__EXERCISE REQUIREMENTS__
Every line of the data must be copied exactly.

__AVAILABLE DATA__
::::
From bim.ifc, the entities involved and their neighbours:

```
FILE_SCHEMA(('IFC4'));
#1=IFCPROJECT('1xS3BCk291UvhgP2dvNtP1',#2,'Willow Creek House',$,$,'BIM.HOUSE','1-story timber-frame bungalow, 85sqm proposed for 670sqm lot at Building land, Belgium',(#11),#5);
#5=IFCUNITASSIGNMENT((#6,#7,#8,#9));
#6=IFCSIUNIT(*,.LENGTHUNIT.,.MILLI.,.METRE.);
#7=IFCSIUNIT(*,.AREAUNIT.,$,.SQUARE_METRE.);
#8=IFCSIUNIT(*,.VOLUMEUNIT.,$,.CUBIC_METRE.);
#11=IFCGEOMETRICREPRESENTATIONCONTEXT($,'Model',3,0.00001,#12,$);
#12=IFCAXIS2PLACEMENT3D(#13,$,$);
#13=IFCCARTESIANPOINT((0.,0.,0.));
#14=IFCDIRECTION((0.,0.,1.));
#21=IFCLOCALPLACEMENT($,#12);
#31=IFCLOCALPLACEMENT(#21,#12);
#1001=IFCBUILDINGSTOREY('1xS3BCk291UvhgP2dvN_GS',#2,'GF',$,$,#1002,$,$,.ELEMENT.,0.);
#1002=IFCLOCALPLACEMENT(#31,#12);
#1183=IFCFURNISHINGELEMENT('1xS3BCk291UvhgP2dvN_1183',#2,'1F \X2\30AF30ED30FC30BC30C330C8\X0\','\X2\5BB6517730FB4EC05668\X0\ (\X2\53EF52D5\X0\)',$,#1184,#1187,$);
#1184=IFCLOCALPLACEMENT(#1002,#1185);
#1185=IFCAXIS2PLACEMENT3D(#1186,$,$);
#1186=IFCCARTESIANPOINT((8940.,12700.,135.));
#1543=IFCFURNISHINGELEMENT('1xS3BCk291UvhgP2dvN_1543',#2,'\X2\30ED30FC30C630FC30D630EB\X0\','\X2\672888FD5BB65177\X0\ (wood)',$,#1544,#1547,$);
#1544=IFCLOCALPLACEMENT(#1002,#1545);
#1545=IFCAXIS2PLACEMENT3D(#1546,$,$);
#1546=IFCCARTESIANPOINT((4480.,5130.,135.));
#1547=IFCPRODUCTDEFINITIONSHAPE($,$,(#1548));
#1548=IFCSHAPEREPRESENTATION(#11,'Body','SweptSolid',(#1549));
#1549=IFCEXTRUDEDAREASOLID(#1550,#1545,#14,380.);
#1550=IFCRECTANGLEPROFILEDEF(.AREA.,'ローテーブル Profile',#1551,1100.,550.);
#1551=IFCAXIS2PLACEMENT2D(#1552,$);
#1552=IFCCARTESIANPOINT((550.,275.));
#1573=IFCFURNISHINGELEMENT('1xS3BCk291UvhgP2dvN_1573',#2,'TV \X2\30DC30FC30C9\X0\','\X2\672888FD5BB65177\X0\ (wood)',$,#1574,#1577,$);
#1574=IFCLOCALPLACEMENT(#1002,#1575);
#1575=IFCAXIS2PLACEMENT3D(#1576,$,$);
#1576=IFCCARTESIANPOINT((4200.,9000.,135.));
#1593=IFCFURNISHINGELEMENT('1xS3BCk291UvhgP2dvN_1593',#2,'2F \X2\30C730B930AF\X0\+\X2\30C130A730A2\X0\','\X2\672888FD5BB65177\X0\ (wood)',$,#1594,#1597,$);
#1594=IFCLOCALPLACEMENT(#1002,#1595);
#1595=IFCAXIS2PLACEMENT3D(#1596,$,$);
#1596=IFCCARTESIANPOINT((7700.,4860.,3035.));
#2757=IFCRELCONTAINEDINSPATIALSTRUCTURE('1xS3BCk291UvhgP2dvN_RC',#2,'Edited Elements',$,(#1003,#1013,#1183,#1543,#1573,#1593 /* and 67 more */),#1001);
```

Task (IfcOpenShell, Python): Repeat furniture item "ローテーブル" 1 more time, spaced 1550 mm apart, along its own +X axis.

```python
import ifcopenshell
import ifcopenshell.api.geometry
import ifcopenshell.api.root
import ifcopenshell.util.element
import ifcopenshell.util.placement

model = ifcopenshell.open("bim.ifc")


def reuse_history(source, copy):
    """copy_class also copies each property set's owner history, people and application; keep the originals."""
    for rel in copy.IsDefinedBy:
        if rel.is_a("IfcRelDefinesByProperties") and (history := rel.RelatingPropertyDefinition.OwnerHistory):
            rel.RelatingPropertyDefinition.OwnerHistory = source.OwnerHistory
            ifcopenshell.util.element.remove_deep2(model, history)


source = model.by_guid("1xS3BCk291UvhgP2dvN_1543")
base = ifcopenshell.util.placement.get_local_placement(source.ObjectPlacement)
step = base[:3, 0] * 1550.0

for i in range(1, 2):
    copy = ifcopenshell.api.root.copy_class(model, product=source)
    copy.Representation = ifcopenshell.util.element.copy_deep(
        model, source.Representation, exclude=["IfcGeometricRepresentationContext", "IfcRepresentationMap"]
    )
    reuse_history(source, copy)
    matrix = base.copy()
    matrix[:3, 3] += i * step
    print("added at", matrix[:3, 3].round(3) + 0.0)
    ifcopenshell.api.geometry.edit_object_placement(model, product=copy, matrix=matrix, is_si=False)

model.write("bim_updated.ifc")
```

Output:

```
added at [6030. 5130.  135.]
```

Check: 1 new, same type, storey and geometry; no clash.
::::
__ANSWER SPACE__
From bim.ifc, the entities involved and their neighbours:

```
FILE_SCHEMA(('IFC4'));
#1=IFCPROJECT('1xS3BCk291UvhgP2dvNtP1',#2,'Willow Creek House',$,$,'BIM.HOUSE','1-story timber-frame bungalow, 85sqm proposed for 670sqm lot at Building land, Belgium',(#11),#5);
#5=IFCUNITASSIGNMENT((#6,#7,#8,#9));
#6=IFCSIUNIT(*,.LENGTHUNIT.,.MILLI.,.METRE.);
#7=IFCSIUNIT(*,.AREAUNIT.,$,.SQUARE_METRE.);
#8=IFCSIUNIT(*,.VOLUMEUNIT.,$,.CUBIC_METRE.);
#11=IFCGEOMETRICREPRESENTATIONCONTEXT($,'Model',3,0.00001,#12,$);
#12=IFCAXIS2PLACEMENT3D(#13,$,$);
#13=IFCCARTESIANPOINT((0.,0.,0.));
#14=IFCDIRECTION((0.,0.,1.));
#21=IFCLOCALPLACEMENT($,#12);
#31=IFCLOCALPLACEMENT(#21,#12);
#1001=IFCBUILDINGSTOREY('1xS3BCk291UvhgP2dvN_GS',#2,'GF',$,$,#1002,$,$,.ELEMENT.,0.);
#1002=IFCLOCALPLACEMENT(#31,#12);
#1183=IFCFURNISHINGELEMENT('1xS3BCk291UvhgP2dvN_1183',#2,'1F \X2\30AF30ED30FC30BC30C330C8\X0\','\X2\5BB6517730FB4EC05668\X0\ (\X2\53EF52D5\X0\)',$,#1184,#1187,$);
#1184=IFCLOCALPLACEMENT(#1002,#1185);
#1185=IFCAXIS2PLACEMENT3D(#1186,$,$);
#1186=IFCCARTESIANPOINT((8940.,12700.,135.));
#1543=IFCFURNISHINGELEMENT('1xS3BCk291UvhgP2dvN_1543',#2,'\X2\30ED30FC30C630FC30D630EB\X0\','\X2\672888FD5BB65177\X0\ (wood)',$,#1544,#1547,$);
#1544=IFCLOCALPLACEMENT(#1002,#1545);
#1545=IFCAXIS2PLACEMENT3D(#1546,$,$);
#1546=IFCCARTESIANPOINT((4480.,5130.,135.));
#1547=IFCPRODUCTDEFINITIONSHAPE($,$,(#1548));
#1548=IFCSHAPEREPRESENTATION(#11,'Body','SweptSolid',(#1549));
#1549=IFCEXTRUDEDAREASOLID(#1550,#1545,#14,380.);
#1550=IFCRECTANGLEPROFILEDEF(.AREA.,'ローテーブル Profile',#1551,1100.,550.);
#1551=IFCAXIS2PLACEMENT2D(#1552,$);
#1552=IFCCARTESIANPOINT((550.,275.));
#1573=IFCFURNISHINGELEMENT('1xS3BCk291UvhgP2dvN_1573',#2,'TV \X2\30DC30FC30C9\X0\','\X2\672888FD5BB65177\X0\ (wood)',$,#1574,#1577,$);
#1574=IFCLOCALPLACEMENT(#1002,#1575);
#1575=IFCAXIS2PLACEMENT3D(#1576,$,$);
#1576=IFCCARTESIANPOINT((4200.,9000.,135.));
#1593=IFCFURNISHINGELEMENT('1xS3BCk291UvhgP2dvN_1593',#2,'2F \X2\30C730B930AF\X0\+\X2\30C130A730A2\X0\','\X2\672888FD5BB65177\X0\ (wood)',$,#1594,#1597,$);
#1594=IFCLOCALPLACEMENT(#1002,#1595);
#1595=IFCAXIS2PLACEMENT3D(#1596,$,$);
#1596=IFCCARTESIANPOINT((7700.,4860.,3035.));
#2757=IFCRELCONTAINEDINSPATIALSTRUCTURE('1xS3BCk291UvhgP2dvN_RC',#2,'Edited Elements',$,(#1003,#1013,#1183,#1543,#1573,#1593 /* and 67 more */),#1001);
```

Task (IfcOpenShell, Python): Repeat furniture item "ローテーブル" 1 more time, spaced 1550 mm apart, along its own +X axis.

```python
import ifcopenshell
import ifcopenshell.api.geometry
import ifcopenshell.api.root
import ifcopenshell.util.element
import ifcopenshell.util.placement

model = ifcopenshell.open("bim.ifc")


def reuse_history(source, copy):
    """copy_class also copies each property set's owner history, people and application; keep the originals."""
    for rel in copy.IsDefinedBy:
        if rel.is_a("IfcRelDefinesByProperties") and (history := rel.RelatingPropertyDefinition.OwnerHistory):
            rel.RelatingPropertyDefinition.OwnerHistory = source.OwnerHistory
            ifcopenshell.util.element.remove_deep2(model, history)


source = model.by_guid("1xS3BCk291UvhgP2dvN_1543")
base = ifcopenshell.util.placement.get_local_placement(source.ObjectPlacement)
step = base[:3, 0] * 1550.0

for i in range(1, 2):
    copy = ifcopenshell.api.root.copy_class(model, product=source)
    copy.Representation = ifcopenshell.util.element.copy_deep(
        model, source.Representation, exclude=["IfcGeometricRepresentationContext", "IfcRepresentationMap"]
    )
    reuse_history(source, copy)
    matrix = base.copy()
    matrix[:3, 3] += i * step
    print("added at", matrix[:3, 3].round(3) + 0.0)
    ifcopenshell.api.geometry.edit_object_placement(model, product=copy, matrix=matrix, is_si=False)

model.write("bim_updated.ifc")
```

Output:

```
added at [6030. 5130.  135.]
```

Check: 1 new, same type, storey and geometry; no clash.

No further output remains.